A due anni dalla scomparsa di Ramella

Di Pier Franco Quaglieni / A distanza di due anni dalla morte di Giovanni Ramella sono in molti gli amici, i colleghi, gli ex allievi che lo ricordano come docente, preside, critico letterario, conferenziere  poliedrico e insieme profondo.

Quando seppi tra i primi della sua scomparsa, capii subito che qualcosa di me era venuto meno perché il nostro rapporto di cinquant’anni di amicizia è stato così intenso da interiorizzarsi. Un anno fa, ricordandolo ad una cerimonia,  dissi che alla fine Giovanni aveva appreso da me la lezione liberale, mentre io avevo appreso da lui il modo di affrontare la cultura con serietà, con rigore e con passione.

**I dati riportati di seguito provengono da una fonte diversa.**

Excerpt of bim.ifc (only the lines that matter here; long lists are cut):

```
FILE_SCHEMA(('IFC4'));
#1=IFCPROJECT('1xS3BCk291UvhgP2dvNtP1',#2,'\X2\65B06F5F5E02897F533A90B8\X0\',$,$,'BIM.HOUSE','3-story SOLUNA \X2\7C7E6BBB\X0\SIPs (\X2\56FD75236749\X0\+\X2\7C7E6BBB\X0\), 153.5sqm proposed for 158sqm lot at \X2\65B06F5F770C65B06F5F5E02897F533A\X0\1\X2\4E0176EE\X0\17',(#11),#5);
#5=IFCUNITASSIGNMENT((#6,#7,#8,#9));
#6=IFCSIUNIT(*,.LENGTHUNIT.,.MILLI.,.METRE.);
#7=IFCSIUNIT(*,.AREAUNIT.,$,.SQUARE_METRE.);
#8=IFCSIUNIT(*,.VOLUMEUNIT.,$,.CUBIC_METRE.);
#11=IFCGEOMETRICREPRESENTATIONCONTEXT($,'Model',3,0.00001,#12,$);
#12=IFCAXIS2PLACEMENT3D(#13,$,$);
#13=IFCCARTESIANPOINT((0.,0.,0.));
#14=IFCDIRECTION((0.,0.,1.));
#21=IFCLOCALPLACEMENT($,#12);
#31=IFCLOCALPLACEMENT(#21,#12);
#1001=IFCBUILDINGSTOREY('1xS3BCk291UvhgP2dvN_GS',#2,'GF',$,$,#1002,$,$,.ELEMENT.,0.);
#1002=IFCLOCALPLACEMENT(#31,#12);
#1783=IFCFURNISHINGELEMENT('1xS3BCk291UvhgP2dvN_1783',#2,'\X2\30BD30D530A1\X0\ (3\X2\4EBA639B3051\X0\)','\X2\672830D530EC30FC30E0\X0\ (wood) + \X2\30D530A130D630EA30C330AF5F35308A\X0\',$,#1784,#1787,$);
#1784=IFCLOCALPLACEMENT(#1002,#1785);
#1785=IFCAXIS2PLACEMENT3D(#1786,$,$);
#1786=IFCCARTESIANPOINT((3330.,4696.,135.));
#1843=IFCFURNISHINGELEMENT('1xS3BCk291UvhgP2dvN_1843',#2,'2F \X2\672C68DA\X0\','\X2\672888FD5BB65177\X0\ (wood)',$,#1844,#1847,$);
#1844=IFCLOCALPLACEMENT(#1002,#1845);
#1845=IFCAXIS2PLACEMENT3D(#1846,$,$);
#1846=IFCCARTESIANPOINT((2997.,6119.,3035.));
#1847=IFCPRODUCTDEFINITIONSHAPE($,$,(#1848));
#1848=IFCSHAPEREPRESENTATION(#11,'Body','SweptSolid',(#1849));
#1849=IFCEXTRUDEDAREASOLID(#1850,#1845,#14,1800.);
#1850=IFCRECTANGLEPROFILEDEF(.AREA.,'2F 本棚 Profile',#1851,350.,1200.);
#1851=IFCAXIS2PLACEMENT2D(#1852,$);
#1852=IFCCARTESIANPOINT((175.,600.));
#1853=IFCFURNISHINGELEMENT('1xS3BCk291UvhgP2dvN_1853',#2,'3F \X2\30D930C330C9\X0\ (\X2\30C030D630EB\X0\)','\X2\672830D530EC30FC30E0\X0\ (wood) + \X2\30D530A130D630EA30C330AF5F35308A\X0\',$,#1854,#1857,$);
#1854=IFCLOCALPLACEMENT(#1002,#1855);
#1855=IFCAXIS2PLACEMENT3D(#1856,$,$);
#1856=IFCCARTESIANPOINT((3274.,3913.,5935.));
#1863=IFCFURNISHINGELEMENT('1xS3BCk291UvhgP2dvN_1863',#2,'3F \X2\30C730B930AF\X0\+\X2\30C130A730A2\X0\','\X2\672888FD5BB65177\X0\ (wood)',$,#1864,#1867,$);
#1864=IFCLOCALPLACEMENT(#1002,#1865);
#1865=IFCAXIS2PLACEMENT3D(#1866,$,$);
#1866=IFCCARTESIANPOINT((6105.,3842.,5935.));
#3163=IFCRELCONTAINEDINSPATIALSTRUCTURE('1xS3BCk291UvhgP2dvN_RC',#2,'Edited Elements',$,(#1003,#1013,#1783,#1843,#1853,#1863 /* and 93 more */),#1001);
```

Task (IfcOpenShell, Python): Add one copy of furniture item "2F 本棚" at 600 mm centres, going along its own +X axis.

```python
import ifcopenshell
import ifcopenshell.api.geometry
import ifcopenshell.api.root
import ifcopenshell.util.element
import ifcopenshell.util.placement
import ifcopenshell.util.unit

model = ifcopenshell.open("bim.ifc")
unit_scale = ifcopenshell.util.unit.calculate_unit_scale(model)


def reuse_history(source, copy):
    """copy_class also copies each property set's owner history, people and application; keep the originals."""
    for rel in copy.IsDefinedBy:
        if rel.is_a("IfcRelDefinesByProperties") and (history := rel.RelatingPropertyDefinition.OwnerHistory):
            rel.RelatingPropertyDefinition.OwnerHistory = source.OwnerHistory
            ifcopenshell.util.element.remove_deep2(model, history)


source = model.by_guid("1xS3BCk291UvhgP2dvN_1843")
base = ifcopenshell.util.placement.get_local_placement(source.ObjectPlacement)
step = base[:3, 0] * 0.6 / unit_scale

for i in range(1, 2):
    copy = ifcopenshell.api.root.copy_class(model, product=source)
    copy.Representation = ifcopenshell.util.element.copy_deep(
        model, source.Representation, exclude=["IfcGeometricRepresentationContext", "IfcRepresentationMap"]
    )
    reuse_history(source, copy)
    matrix = base.copy()
    matrix[:3, 3] += i * step
    print("added at", matrix[:3, 3].round(3) + 0.0)
    ifcopenshell.api.geometry.edit_object_placement(model, product=copy, matrix=matrix, is_si=False)

model.write("bim_updated.ifc")
```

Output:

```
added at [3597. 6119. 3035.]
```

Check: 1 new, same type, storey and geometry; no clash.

Oggi posso dire che io ho attinto da lui anche la fede religiosa che sto rivivendo con gioia anche nel solco del suo esempio di cattolico liberale.  Spero che Giovanni ne sia contento. Era un uomo poco pratico, non guidava la macchina e si arenava sui problemi della quotidianità. Senza collaboratori come Guido Curto e Maria Luisa Capella difficilmente avrebbe potuto dirigere un liceo difficile e litigioso come il “d’Azeglio “ di Torino. Eppure lui ci precedeva tutti nel campo morale con l’esempio di ogni giorno, con la mitezza che è propria dei forti. Forse non sapeva cambiare una lampadina, ma sapeva illuminarci con la sua cultura, la sua serenità, il suo coraggio nell’affrontare le difficoltà della vita. Era un uomo distratto, come  ha detto Gianni Oliva che fu suo successore al “d’Azeglio“ e suo amico, ma la sua distrazione era solo apparente. Dentro di lui era vivo un filo che teneva insieme i diversi aspetti della sua vita. Non ebbe gli affetti che avrebbe meritato, ma lui seppe donare a molti conforto e amicizia sincera, anche a chi non la meritava affatto.  Alla vigilia della riapertura delle scuole e delle attività culturali ci manca un uomo come lui che non  sarebbe stato capace di districarsi tra banchi con e senza rotelle e i distanziamenti . Giovanni era però l’esempio vivente di cosa debbano essere la cultura e la scuola. Non tanto all’insegna del venerato maestro Augusto Monti che anche lui rispettava, ma di Don Bosco alla cui scuola era cresciuto. Esserci conosciuti nel l’associazione ex allievi dell’ istituto salesiano “San Giovanni Evangelista“ è stato un dono della fortuna e una grazia di Dio. Di lui sentiamo moltissimo la mancanza, siamo certi che lui ci veda  e in qualche modo ci protegga.  Affidiamo a Giovanni le sorti della scuola e della cultura torinese, laiche o non laiche che siano, come diceva Benedetto  Croce di cui portai a Giovanni  un ritratto da mettere al liceo “d’Azeglio “ che qualche pisquano forse avrà eliminato.